В Андреевке много моих земляков-байдановцев, родни. Они переселились сюда после, как тогда говорили, «укрупнения». Теперь это именуют по-другому: «ввиду неперспективности деревни». На юге Омской и Новосибирской областей, в Кулундинской степи, на Алтае и Северном Казахстане нелегко в селах найти людей с фамилиями Иванов, Петров, Степанов, Герасимов. Конечно, найти можно, но до того придется перевстречаться на каждом шагу с людьми по фамилии Иваненко, Петренко, Степаненко, Герасименко, Лиходед, Манник, Винник, Лобода, Жуплий, Юренко, Сковорода, Сторчак, Маляренко, Перетятько, Недотятько, Земляной и Верховод, Скрипка и Бандура, Малюк и Гайдабура, Сахно и Ивахно, Затуливикно и Тягнирядно...
В обширной и мощной литературе писателей-сибиряков, умерших и ныне живущих, коими я горжусь, фигурируют герои-сибиряки, этакие бородачи, кержаки, кряжистые таежники, так сказать, старожилы сибирского края, выходцы из срединной, Великой России. «Чаво, паря, ажник, кубыть...» А вот выходцы из Малой России оказались обойденными, хотя заселение юга Сибири имеет более чем вековую историю.

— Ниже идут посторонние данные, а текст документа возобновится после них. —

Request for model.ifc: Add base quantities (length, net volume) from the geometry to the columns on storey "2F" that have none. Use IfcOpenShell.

First a look at what the model holds.

```python
import ifcopenshell
import ifcopenshell.util.element
import ifcopenshell.util.unit

model = ifcopenshell.open("model.ifc")
print(model.schema)
for unit_type in ("LENGTHUNIT", "AREAUNIT", "VOLUMEUNIT"):
    print(unit_type, ifcopenshell.util.unit.calculate_unit_scale(model, unit_type))
storey = next(s for s in model.by_type("IfcBuildingStorey") if s.Name == "2F")
columns = [e for e in ifcopenshell.util.element.get_decomposition(storey) if e.is_a("IfcColumn")]
for e in sorted(columns, key=lambda e: e.id()):
    print(e.id(), e.is_a(), e.Name, list(ifcopenshell.util.element.get_psets(e, qtos_only=True)), sep=" | ")
```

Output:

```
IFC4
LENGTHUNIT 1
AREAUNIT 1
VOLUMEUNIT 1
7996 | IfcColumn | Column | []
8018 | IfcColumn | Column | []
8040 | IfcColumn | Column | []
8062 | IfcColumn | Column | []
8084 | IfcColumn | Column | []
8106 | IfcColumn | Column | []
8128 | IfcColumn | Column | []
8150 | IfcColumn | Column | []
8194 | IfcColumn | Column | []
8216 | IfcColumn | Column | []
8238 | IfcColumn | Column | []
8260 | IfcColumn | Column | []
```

```python
import ifcopenshell
import ifcopenshell.api.pset
import ifcopenshell.geom
import ifcopenshell.util.element
import ifcopenshell.util.shape
import ifcopenshell.util.unit

model = ifcopenshell.open("model.ifc")
unit_scale = ifcopenshell.util.unit.calculate_unit_scale(model)
volume_scale = ifcopenshell.util.unit.calculate_unit_scale(model, "VOLUMEUNIT")
settings = ifcopenshell.geom.settings()

storey = next(s for s in model.by_type("IfcBuildingStorey") if s.Name == "2F")
columns = [e for e in ifcopenshell.util.element.get_decomposition(storey) if e.is_a("IfcColumn")]

for e in sorted(columns, key=lambda e: e.id()):
    if ifcopenshell.util.element.get_psets(e, qtos_only=True, should_inherit=False):
        continue
    # Geometry comes back in metres, in the element's own axes.
    shape = ifcopenshell.geom.create_shape(settings, e)
    values = {
        "Length": ifcopenshell.util.shape.get_z(shape.geometry) / unit_scale,
        "NetVolume": ifcopenshell.util.shape.get_volume(shape.geometry) / volume_scale,
    }
    qto = ifcopenshell.api.pset.add_qto(model, product=e, name="Qto_ColumnBaseQuantities")
    ifcopenshell.api.pset.edit_qto(model, qto=qto, properties=values)
    print(e.id(), {k: round(v, 3) for k, v in values.items()})

model.write("model_v2.ifc")
```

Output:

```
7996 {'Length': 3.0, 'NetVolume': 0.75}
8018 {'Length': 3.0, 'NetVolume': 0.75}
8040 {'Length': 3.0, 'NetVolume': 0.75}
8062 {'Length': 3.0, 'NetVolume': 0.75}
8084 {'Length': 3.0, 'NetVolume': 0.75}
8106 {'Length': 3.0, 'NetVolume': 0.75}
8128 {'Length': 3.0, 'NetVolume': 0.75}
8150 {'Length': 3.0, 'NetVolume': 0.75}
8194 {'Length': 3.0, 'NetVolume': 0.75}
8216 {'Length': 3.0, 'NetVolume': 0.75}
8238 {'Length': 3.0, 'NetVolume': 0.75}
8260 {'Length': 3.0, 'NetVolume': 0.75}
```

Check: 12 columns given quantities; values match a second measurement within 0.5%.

Давно-давно, в начале девятнадцатого века, безземельная и подневольная голытьба слушала седоусых кобзарей-бандуристов, которые пели:
Это ж он, Устим Якимович Кармалюк, предводитель борьбы украинского крестьянства против помещиков, единственный, кто сумел трижды бежать из тобольской тюрьмы-крепости. Может, он, вернувшись на Украину, рассказывал хлопцам про сибирские раздольные земли и вселял в них надежду: «За Сибиром сонце сходить». И в восемнадцатом, и в девятнадцатом веках шли безземельные украинцы в Сибирь подневольно и самостийно, навсегда покидая «ридну неньку Украину». Их звала земля. А уж в самом начале двадцатого века, особенно когда через юг Сибири прошла «железка» и когда было налажено организованное переселение, — Украина хлынула в Сибирь не тысячами, а миллионами, катила на восход солнца, везла с собой плуги и бороны, волов и коней, свои обычаи, сказки и песни. И заселили украинцы весь Степной край, центром которого был Омск. Сейчас самые хлебные районы Омской области носят названия: Таврический (моя родина), Полтавский, Одесский, Азовский, Павлоградский, Русскополянский. Кладу перед собой карты Украины и Омской области, читаю названия населенных пунктов на Полтавщине, Черниговщине, Херсонщине: Андреевка, Благодаровка, Богодуховка, Любомировка, Желановка. Эти же названия читаю на карте Омской области.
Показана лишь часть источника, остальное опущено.